Thanks in advance for review and advice!

In semantic analysis, if we find a simple assignment statement where the rvalue
is a module, make the lvalue a direct alias to that same module.

Fixes python#1778.
Copy link
Member

@ilevkivskyi ilevkivskyi left a comment

Choose a reason for hiding this comment

The reason will be displayed to describe this comment to others. Learn more.

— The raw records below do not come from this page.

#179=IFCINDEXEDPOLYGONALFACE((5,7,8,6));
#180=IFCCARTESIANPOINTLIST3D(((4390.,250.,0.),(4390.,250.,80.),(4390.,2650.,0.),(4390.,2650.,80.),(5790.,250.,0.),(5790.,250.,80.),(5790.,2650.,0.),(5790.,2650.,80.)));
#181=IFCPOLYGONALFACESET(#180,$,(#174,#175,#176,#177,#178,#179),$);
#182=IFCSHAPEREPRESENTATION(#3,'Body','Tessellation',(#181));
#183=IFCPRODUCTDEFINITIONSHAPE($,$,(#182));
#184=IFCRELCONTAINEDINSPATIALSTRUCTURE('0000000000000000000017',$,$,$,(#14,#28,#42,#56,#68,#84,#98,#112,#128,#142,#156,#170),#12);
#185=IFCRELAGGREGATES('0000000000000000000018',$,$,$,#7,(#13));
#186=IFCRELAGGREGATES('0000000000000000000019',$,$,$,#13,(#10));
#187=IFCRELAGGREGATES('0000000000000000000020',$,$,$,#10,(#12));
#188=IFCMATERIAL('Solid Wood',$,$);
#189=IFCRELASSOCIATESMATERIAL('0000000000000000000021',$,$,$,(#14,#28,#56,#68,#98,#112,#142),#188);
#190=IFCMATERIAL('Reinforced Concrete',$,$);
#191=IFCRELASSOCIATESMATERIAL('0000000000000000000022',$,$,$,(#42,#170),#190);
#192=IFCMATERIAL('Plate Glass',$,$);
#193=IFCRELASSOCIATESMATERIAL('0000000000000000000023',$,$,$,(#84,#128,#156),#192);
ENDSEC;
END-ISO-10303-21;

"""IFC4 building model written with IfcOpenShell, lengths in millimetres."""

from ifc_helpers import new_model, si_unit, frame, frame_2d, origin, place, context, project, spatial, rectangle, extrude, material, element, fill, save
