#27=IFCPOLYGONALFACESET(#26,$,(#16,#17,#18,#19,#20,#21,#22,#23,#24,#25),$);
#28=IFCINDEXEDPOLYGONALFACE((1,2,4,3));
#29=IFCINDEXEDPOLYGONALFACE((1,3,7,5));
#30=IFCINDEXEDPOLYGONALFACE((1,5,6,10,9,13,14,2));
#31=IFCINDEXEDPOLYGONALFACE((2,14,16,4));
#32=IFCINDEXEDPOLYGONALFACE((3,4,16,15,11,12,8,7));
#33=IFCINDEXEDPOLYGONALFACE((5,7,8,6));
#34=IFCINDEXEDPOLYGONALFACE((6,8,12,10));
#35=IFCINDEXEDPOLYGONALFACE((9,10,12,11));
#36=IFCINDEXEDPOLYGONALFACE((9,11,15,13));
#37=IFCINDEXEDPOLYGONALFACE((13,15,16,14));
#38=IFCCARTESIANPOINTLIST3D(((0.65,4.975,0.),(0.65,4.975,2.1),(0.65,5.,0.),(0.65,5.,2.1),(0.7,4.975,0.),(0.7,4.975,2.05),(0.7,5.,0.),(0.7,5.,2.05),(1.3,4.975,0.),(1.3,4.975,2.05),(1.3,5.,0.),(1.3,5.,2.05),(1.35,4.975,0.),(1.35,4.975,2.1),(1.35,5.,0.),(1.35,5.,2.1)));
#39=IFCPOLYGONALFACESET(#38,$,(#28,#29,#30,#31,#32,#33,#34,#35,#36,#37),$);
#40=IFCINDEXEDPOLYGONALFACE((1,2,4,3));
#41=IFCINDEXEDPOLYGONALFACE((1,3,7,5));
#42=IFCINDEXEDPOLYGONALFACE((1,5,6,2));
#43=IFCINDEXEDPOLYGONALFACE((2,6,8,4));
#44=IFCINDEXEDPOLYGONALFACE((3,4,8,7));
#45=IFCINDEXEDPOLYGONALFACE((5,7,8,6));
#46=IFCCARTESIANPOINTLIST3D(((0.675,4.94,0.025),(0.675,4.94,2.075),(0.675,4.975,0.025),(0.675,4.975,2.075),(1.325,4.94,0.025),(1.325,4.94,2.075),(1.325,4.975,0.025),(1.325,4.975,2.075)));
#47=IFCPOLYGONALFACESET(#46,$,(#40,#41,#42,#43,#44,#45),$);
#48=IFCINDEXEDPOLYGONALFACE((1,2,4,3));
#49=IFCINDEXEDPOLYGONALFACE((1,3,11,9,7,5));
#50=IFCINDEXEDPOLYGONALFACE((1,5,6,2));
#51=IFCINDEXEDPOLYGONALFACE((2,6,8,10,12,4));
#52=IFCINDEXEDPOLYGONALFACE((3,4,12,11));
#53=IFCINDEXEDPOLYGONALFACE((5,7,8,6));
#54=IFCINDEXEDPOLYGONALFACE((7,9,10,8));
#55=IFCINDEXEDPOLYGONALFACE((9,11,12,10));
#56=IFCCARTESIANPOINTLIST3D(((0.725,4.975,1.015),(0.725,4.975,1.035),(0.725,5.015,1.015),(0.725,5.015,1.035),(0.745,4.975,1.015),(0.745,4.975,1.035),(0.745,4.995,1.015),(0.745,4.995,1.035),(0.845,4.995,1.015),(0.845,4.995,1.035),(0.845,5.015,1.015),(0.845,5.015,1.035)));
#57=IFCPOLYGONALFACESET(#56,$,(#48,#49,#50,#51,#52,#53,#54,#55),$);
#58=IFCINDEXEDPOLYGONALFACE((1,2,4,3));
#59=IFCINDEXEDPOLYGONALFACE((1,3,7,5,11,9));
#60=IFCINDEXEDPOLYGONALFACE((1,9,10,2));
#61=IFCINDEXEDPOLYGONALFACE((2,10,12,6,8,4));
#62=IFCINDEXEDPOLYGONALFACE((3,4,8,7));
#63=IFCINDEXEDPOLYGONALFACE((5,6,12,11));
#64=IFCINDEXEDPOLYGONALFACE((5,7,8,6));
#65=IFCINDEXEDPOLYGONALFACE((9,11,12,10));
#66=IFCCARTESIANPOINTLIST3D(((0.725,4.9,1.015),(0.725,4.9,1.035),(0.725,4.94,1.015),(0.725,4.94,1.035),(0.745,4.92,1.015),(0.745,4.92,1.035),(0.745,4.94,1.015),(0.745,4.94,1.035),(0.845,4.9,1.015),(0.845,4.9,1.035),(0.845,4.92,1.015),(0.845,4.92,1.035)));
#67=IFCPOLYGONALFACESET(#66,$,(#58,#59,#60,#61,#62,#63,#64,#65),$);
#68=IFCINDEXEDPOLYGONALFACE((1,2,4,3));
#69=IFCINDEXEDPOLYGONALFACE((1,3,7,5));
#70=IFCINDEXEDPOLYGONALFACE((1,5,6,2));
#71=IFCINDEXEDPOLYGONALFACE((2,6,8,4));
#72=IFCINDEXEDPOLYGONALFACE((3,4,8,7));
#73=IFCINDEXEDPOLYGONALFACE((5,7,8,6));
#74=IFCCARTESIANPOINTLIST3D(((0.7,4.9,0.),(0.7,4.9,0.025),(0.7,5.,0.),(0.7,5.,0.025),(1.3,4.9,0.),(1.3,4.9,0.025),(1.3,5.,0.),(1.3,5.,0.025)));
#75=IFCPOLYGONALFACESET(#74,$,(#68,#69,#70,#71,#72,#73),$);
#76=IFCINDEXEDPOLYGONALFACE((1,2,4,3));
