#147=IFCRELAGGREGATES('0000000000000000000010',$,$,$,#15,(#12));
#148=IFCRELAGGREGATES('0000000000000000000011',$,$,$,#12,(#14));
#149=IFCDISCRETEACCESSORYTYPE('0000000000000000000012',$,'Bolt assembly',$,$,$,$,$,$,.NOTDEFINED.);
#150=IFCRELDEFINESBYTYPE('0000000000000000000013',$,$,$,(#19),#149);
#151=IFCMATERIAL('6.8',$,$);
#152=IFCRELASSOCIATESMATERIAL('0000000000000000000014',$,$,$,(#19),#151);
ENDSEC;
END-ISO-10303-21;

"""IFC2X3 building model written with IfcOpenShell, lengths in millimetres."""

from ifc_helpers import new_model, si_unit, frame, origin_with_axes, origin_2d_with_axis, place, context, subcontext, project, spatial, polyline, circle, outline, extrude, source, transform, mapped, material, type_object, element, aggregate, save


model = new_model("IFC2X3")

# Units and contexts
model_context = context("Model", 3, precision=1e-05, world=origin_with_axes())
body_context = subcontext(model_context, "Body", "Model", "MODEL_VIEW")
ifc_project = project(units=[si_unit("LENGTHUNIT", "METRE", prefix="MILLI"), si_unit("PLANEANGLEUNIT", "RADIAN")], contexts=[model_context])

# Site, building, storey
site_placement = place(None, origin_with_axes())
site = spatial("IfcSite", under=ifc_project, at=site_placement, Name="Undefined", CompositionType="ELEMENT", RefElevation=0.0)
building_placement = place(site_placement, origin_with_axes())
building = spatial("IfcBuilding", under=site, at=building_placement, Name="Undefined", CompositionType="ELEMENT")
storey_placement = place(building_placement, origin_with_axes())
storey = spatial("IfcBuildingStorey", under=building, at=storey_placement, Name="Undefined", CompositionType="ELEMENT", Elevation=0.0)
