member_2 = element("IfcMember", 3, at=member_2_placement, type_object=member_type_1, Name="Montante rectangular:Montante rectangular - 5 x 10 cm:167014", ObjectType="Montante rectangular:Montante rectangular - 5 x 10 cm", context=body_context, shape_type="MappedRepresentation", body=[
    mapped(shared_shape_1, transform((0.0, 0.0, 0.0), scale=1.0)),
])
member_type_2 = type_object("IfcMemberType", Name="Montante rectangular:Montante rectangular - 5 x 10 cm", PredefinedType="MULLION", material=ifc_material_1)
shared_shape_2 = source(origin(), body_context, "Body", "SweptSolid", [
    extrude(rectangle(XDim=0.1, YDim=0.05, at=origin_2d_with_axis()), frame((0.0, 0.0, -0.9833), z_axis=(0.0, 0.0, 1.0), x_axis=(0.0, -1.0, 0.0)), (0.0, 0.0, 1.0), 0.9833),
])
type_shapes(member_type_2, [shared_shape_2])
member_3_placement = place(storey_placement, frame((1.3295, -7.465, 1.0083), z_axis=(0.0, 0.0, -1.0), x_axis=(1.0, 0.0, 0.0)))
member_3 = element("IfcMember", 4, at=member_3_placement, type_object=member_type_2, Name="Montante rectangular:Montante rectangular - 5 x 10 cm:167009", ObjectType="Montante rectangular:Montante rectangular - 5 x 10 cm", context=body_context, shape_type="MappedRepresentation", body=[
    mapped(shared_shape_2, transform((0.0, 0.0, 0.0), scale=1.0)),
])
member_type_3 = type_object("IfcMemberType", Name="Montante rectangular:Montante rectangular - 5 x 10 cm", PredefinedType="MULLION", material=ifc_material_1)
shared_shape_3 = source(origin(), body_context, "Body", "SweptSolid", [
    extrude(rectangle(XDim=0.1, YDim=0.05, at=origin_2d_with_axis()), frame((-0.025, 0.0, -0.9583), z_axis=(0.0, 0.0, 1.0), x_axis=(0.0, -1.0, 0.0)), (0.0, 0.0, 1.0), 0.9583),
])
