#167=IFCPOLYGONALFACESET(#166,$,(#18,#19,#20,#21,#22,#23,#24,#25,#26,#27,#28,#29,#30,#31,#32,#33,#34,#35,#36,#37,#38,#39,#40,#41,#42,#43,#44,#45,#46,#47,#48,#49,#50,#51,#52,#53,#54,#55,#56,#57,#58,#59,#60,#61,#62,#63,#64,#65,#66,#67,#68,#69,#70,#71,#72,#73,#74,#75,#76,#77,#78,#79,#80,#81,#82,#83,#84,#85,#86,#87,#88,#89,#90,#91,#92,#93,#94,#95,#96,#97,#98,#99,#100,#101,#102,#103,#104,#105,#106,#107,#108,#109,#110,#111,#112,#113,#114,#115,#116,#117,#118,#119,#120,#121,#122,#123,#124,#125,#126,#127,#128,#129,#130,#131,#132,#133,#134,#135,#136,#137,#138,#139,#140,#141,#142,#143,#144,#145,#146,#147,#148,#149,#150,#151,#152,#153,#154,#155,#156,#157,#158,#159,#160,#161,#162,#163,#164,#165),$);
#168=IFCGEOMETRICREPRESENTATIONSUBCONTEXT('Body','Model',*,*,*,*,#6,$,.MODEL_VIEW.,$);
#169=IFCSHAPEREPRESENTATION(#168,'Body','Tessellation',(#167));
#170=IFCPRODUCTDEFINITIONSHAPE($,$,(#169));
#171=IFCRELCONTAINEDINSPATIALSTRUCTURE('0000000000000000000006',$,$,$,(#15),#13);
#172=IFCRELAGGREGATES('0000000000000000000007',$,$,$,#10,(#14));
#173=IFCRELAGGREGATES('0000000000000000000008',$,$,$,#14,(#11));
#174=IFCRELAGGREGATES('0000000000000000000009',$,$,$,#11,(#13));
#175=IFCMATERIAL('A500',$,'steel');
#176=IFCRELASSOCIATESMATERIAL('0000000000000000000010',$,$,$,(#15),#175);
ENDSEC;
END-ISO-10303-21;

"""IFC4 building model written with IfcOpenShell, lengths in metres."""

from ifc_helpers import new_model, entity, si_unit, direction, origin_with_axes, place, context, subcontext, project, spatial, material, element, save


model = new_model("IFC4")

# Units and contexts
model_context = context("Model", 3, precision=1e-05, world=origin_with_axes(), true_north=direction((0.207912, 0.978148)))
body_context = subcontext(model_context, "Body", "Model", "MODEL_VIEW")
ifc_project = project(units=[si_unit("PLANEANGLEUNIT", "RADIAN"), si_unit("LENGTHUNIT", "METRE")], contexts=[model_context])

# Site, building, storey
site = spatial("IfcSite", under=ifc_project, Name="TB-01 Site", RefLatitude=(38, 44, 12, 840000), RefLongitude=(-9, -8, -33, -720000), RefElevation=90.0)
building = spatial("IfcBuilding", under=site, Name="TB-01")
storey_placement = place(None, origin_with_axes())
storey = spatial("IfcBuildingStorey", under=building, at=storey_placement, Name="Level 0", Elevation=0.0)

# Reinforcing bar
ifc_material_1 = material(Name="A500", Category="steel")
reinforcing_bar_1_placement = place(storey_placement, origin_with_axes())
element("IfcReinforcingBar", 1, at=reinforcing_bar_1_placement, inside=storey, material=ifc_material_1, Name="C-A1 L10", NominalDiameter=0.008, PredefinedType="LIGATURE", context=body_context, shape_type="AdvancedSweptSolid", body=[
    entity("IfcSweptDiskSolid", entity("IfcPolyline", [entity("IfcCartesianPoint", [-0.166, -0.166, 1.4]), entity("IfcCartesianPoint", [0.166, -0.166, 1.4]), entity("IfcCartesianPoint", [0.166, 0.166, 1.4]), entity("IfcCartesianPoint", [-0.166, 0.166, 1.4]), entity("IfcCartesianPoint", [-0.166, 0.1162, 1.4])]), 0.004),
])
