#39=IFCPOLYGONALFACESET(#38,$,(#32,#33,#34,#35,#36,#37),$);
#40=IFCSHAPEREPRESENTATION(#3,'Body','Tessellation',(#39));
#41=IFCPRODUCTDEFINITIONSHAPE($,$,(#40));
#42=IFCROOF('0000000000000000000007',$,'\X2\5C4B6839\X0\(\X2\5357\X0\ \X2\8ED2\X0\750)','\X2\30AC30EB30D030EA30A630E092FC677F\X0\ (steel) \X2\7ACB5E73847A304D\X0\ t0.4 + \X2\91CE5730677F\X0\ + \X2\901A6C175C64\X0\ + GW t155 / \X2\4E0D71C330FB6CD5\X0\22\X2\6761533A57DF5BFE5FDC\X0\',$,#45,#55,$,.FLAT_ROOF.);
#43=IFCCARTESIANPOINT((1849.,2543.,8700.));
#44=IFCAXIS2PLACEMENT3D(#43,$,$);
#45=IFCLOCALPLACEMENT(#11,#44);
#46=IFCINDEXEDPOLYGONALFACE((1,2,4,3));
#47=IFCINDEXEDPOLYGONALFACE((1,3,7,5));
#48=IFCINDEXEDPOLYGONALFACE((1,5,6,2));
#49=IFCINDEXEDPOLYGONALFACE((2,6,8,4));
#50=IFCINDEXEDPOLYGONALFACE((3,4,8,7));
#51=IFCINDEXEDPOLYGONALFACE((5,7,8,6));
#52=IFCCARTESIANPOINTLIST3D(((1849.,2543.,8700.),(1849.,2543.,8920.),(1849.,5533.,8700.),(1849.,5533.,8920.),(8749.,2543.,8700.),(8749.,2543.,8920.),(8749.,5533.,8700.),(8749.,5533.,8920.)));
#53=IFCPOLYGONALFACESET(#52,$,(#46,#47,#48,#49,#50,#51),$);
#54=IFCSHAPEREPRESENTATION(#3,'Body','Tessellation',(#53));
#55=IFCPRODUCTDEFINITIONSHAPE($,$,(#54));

I like this idea. Maybe you can implement some items from your TODO in process_module_assignmanets?

@carljm
Copy link
Member Author

carljm commented May 24, 2017

Sure, if this looks like the right approach, I'll flesh it out to support additional cases.

@carljm
Copy link
Member Author

carljm commented May 24, 2017

@ilevkivskyi I took care of some of the TODOs. Propagating module aliases in non-global assignments is running into some strange issues that look like they might require deeper refactoring (see #3440). Maybe this can be merged without solving that problem yet? It's at least strictly an improvement over the status quo, and will cover the most common cases.

@carljm
Copy link
Member Author

carljm commented May 24, 2017

There may be some question about error handling here. In general I aimed for just silently not propagating module references in any case we don't understand, but this code will fail with an internal mypy exception if there are iterables of mismatched lengths between rvalue/lvalues. Such code would fail at runtime (and should fail later in type checking) anyway. Let me know if I should add some more defensive handling of this case.

@ilevkivskyi
Copy link
Member

mypy should never fail with an internal error. Also you don't need to care about all possible nested scenarios (I think unpacking modules is very rare). Just consider few simple scenarios. The code simplicity and robustness is much more important here.

@carljm
Copy link
Member Author

carljm commented May 24, 2017

Never mind, I mis-remembered the behavior of zip when given mismatched-length iterables. It doesn't fail, it just ignores extra elements in some of the iterables. So I don't believe there is a case here where mypy would fail with an internal exception.

I agree that nested unpacking of modules is probably quite rare (though one level of tuple unpacking assignment with modules is something I have seen in compatibility-shim code). However, I don't think the code here would be significantly simplified by removing support for that. Let me know if you think otherwise.

@carljm
Copy link
Member Author

carljm commented May 25, 2017

After #3450 is merged, the is_module_scope() guard here can be removed.

Copy link
Member

@ilevkivskyi ilevkivskyi left a comment

Choose a reason for hiding this comment

The reason will be displayed to describe this comment to others. Learn more.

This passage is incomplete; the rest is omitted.